◆ AIM OF THE TASK
All lines from the opening of the entries below through the line containing "#195=IFCMATERIALLAYER($,0.04,$,'Battens / profiles" must be output exactly as they appear, with no other lines.

**** DATA PROVIDED

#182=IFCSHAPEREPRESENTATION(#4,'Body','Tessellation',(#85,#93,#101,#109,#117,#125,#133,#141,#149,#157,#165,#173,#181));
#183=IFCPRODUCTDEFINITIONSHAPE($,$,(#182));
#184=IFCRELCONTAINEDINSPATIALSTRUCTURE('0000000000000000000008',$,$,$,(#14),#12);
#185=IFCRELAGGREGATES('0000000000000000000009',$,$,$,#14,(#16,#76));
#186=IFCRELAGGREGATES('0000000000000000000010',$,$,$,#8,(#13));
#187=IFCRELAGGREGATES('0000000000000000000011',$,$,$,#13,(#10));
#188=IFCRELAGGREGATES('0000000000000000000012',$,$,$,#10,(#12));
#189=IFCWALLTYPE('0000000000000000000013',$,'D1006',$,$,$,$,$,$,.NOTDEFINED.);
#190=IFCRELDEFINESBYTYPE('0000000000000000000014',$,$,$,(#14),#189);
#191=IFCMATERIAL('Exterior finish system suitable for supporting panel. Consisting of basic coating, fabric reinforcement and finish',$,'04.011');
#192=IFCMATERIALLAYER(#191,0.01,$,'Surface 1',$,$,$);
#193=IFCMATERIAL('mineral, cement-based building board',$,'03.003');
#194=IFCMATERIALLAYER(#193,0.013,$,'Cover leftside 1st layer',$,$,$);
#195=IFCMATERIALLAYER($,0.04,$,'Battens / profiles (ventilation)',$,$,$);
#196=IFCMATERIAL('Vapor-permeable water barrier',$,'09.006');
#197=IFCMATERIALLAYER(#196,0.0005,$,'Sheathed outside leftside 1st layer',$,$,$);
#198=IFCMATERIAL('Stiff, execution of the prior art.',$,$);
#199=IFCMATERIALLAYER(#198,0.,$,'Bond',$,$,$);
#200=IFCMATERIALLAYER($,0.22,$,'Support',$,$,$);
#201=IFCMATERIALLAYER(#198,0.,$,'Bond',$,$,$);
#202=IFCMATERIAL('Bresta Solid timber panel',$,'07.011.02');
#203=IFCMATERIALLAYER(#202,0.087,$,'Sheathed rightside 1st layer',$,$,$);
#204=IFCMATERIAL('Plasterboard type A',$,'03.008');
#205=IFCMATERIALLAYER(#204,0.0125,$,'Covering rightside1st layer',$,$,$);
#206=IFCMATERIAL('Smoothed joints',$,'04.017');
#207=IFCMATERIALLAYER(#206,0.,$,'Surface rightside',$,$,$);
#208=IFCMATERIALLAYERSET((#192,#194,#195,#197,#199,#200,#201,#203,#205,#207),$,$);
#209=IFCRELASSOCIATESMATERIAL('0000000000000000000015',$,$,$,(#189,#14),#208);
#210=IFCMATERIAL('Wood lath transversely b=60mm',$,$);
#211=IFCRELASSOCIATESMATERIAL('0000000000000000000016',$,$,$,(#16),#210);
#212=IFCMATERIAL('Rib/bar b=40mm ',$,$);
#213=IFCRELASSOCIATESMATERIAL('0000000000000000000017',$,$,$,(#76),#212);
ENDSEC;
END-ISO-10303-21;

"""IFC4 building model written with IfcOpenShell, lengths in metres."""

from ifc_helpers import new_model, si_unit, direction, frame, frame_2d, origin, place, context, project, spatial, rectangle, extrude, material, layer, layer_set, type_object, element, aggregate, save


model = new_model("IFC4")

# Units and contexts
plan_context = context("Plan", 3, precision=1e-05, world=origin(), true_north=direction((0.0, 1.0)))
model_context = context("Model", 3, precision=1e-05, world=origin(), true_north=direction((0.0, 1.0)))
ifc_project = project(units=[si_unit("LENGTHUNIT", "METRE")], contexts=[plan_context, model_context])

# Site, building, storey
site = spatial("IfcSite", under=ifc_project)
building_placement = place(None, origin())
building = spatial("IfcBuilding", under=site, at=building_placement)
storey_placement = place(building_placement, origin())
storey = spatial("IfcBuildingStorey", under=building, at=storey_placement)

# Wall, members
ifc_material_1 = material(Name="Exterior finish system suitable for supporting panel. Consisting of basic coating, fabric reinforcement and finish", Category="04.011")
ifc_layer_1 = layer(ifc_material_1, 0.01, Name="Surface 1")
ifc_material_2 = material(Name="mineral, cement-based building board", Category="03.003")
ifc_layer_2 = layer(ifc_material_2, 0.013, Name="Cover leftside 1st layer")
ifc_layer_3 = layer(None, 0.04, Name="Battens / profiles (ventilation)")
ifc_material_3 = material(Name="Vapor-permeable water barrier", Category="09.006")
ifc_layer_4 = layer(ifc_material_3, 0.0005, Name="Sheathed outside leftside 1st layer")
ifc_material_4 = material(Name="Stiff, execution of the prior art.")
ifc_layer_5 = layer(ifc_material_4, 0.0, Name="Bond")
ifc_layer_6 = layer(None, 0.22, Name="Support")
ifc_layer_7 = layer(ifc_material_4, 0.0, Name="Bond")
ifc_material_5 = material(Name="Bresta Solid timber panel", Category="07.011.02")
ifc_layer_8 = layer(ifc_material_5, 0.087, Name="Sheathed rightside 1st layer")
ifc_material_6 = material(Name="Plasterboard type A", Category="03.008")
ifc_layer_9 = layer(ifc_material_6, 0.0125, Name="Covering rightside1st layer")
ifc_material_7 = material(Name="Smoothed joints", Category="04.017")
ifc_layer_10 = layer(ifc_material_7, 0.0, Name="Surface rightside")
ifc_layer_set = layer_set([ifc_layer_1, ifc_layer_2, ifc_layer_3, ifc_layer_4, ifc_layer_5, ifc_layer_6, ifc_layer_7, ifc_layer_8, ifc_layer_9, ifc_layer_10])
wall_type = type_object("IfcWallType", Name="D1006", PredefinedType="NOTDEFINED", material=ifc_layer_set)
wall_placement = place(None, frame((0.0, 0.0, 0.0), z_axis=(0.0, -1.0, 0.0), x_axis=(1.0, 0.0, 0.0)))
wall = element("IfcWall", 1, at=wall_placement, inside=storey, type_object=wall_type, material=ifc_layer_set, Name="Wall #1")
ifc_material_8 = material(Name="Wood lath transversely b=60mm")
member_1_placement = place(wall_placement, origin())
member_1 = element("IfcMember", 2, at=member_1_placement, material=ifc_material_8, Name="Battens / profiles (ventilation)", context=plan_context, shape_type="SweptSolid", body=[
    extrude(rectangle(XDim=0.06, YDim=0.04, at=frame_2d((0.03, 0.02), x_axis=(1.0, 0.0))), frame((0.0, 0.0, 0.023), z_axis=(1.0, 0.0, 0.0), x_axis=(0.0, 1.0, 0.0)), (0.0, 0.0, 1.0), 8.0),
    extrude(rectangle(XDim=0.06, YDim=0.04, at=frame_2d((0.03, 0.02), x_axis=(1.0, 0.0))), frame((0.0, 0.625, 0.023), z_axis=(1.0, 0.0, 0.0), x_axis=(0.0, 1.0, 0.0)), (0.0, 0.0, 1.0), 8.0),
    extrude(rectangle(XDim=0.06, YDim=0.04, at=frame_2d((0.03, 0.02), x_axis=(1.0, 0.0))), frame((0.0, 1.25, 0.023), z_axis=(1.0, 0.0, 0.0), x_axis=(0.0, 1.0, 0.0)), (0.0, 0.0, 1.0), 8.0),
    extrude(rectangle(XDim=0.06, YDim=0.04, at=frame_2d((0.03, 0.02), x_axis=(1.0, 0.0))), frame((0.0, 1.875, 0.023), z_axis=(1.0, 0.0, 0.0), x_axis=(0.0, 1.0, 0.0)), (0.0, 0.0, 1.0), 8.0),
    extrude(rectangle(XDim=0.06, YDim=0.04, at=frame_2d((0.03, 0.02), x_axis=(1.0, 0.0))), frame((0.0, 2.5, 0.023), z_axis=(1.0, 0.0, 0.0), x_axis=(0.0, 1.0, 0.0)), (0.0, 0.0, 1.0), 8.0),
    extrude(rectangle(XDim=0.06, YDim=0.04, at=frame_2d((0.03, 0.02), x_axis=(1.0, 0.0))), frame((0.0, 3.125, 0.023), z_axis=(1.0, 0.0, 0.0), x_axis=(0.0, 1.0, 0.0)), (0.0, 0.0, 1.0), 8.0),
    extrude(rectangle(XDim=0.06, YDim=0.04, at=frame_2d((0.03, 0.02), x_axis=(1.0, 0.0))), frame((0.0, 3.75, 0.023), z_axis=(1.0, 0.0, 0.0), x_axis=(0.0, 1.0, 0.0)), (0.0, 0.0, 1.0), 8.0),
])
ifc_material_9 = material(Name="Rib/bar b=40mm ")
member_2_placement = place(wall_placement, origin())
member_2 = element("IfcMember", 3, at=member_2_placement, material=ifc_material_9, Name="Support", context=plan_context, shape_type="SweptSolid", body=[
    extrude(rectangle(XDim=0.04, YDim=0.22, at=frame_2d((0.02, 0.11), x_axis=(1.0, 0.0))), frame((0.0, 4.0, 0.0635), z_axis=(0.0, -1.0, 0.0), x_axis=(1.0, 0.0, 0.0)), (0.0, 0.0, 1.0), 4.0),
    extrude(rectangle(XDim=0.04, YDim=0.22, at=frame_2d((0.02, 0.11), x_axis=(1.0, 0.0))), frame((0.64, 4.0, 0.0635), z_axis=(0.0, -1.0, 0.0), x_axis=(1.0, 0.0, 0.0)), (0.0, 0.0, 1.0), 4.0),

********

◆ TASK SOLUTION
#182=IFCSHAPEREPRESENTATION(#4,'Body','Tessellation',(#85,#93,#101,#109,#117,#125,#133,#141,#149,#157,#165,#173,#181));
#183=IFCPRODUCTDEFINITIONSHAPE($,$,(#182));
#184=IFCRELCONTAINEDINSPATIALSTRUCTURE('0000000000000000000008',$,$,$,(#14),#12);
#185=IFCRELAGGREGATES('0000000000000000000009',$,$,$,#14,(#16,#76));
#186=IFCRELAGGREGATES('0000000000000000000010',$,$,$,#8,(#13));
#187=IFCRELAGGREGATES('0000000000000000000011',$,$,$,#13,(#10));
#188=IFCRELAGGREGATES('0000000000000000000012',$,$,$,#10,(#12));
#189=IFCWALLTYPE('0000000000000000000013',$,'D1006',$,$,$,$,$,$,.NOTDEFINED.);
#190=IFCRELDEFINESBYTYPE('0000000000000000000014',$,$,$,(#14),#189);
#191=IFCMATERIAL('Exterior finish system suitable for supporting panel. Consisting of basic coating, fabric reinforcement and finish',$,'04.011');
#192=IFCMATERIALLAYER(#191,0.01,$,'Surface 1',$,$,$);
#193=IFCMATERIAL('mineral, cement-based building board',$,'03.003');
#194=IFCMATERIALLAYER(#193,0.013,$,'Cover leftside 1st layer',$,$,$);
#195=IFCMATERIALLAYER($,0.04,$,'Battens / profiles (ventilation)',$,$,$);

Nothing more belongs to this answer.